SOURCE DATA:
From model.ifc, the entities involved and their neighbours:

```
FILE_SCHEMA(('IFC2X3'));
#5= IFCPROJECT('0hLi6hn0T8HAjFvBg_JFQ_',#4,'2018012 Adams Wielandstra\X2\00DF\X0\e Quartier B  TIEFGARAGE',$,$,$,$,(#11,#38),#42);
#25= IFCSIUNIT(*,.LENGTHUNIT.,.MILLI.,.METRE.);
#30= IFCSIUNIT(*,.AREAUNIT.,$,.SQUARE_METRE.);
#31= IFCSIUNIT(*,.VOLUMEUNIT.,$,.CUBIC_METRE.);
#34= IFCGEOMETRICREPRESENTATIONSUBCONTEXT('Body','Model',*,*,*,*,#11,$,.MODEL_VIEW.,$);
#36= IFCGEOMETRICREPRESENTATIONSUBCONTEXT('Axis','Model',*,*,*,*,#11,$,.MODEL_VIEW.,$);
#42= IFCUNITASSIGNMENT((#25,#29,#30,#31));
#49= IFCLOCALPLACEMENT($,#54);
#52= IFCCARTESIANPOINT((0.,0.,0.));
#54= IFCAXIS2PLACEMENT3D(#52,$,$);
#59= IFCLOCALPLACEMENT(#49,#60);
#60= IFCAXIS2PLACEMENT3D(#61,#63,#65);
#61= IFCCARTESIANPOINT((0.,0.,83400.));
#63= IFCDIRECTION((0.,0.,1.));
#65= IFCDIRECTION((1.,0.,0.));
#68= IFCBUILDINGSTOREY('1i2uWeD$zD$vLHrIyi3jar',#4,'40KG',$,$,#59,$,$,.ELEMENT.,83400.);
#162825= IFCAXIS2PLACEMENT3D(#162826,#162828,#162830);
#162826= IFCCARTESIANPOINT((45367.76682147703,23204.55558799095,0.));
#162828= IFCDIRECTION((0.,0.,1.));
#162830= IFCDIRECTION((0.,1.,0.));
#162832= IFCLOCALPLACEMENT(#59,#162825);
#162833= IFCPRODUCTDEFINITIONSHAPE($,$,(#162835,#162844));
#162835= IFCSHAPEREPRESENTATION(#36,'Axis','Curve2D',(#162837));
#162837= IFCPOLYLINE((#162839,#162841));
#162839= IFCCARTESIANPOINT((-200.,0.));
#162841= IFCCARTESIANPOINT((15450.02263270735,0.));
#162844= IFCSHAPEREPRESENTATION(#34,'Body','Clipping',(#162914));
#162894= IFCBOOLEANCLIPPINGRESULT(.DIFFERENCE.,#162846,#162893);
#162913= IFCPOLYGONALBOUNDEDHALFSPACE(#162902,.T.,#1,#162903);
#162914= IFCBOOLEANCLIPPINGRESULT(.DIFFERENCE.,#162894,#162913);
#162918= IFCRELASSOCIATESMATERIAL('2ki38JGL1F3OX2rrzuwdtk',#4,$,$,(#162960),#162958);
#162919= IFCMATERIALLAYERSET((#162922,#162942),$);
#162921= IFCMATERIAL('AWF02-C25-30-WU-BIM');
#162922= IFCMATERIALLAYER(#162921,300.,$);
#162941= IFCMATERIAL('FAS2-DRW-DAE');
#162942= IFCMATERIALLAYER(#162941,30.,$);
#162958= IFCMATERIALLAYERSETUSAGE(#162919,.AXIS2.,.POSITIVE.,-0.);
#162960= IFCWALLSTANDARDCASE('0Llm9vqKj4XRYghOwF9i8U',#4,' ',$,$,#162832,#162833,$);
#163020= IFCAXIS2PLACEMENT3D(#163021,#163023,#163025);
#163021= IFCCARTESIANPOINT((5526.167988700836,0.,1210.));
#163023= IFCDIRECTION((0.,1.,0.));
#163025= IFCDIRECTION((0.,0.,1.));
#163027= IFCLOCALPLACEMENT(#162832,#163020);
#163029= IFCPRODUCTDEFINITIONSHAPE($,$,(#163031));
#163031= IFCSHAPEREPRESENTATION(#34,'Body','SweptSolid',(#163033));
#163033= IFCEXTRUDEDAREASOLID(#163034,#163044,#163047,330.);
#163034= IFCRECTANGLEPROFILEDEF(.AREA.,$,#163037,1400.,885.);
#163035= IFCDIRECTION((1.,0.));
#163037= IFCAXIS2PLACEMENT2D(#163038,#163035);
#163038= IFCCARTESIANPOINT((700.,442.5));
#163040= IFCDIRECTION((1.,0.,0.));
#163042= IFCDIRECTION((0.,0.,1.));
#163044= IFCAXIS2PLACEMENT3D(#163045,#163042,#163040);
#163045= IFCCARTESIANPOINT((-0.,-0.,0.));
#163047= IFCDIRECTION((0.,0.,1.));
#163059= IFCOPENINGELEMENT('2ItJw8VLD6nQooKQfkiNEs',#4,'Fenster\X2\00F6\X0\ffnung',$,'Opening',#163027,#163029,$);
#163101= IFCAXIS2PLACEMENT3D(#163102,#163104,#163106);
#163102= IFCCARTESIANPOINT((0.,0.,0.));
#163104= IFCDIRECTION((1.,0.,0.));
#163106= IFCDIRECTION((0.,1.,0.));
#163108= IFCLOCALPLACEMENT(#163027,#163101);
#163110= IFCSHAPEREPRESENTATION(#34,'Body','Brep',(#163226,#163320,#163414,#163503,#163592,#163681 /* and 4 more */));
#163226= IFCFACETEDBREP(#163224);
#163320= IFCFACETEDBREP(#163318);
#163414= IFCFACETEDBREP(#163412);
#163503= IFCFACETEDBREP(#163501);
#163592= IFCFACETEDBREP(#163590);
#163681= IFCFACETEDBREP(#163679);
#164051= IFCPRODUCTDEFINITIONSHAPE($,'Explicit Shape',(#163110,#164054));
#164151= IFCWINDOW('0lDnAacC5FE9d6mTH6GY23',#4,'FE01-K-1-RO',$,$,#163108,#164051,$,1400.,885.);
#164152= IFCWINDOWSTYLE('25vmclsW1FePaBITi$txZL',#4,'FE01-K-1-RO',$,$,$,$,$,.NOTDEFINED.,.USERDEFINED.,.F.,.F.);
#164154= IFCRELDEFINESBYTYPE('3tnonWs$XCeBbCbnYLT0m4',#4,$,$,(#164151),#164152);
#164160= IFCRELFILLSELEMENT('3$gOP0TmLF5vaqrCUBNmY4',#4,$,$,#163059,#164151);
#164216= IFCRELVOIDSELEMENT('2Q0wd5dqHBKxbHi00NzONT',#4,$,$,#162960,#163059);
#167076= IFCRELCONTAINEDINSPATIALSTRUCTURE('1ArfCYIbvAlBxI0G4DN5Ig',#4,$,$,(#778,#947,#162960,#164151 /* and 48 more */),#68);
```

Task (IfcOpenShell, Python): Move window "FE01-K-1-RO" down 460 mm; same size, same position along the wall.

```python
import numpy as np
import ifcopenshell
import ifcopenshell.api.geometry
import ifcopenshell.util.placement
import ifcopenshell.util.unit

model = ifcopenshell.open("model.ifc")
unit_scale = ifcopenshell.util.unit.calculate_unit_scale(model)

window = model.by_id(164151)
opening = window.FillsVoids[0].RelatingOpeningElement
dz = -0.46 / unit_scale

shift = np.array([0.0, 0.0, dz])
# The window is placed relative to its opening, so it follows when the opening moves.
matrix = ifcopenshell.util.placement.get_local_placement(opening.ObjectPlacement)
matrix[:3, 3] += shift
ifcopenshell.api.geometry.edit_object_placement(
    model, product=opening, matrix=matrix, is_si=False, should_transform_children=True
)

print(f"moved by {dz * unit_scale:+.3f} m")

model.write("model_v2.ifc")
```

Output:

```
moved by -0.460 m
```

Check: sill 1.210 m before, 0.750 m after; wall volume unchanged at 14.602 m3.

AIM OF THE EXERCISE: In the listing above, each line with the word "IFCFACETEDBREP" is to be copied out.

RESPONSE:
#163226= IFCFACETEDBREP(#163224);
#163320= IFCFACETEDBREP(#163318);
#163414= IFCFACETEDBREP(#163412);
#163503= IFCFACETEDBREP(#163501);
#163592= IFCFACETEDBREP(#163590);
#163681= IFCFACETEDBREP(#163679);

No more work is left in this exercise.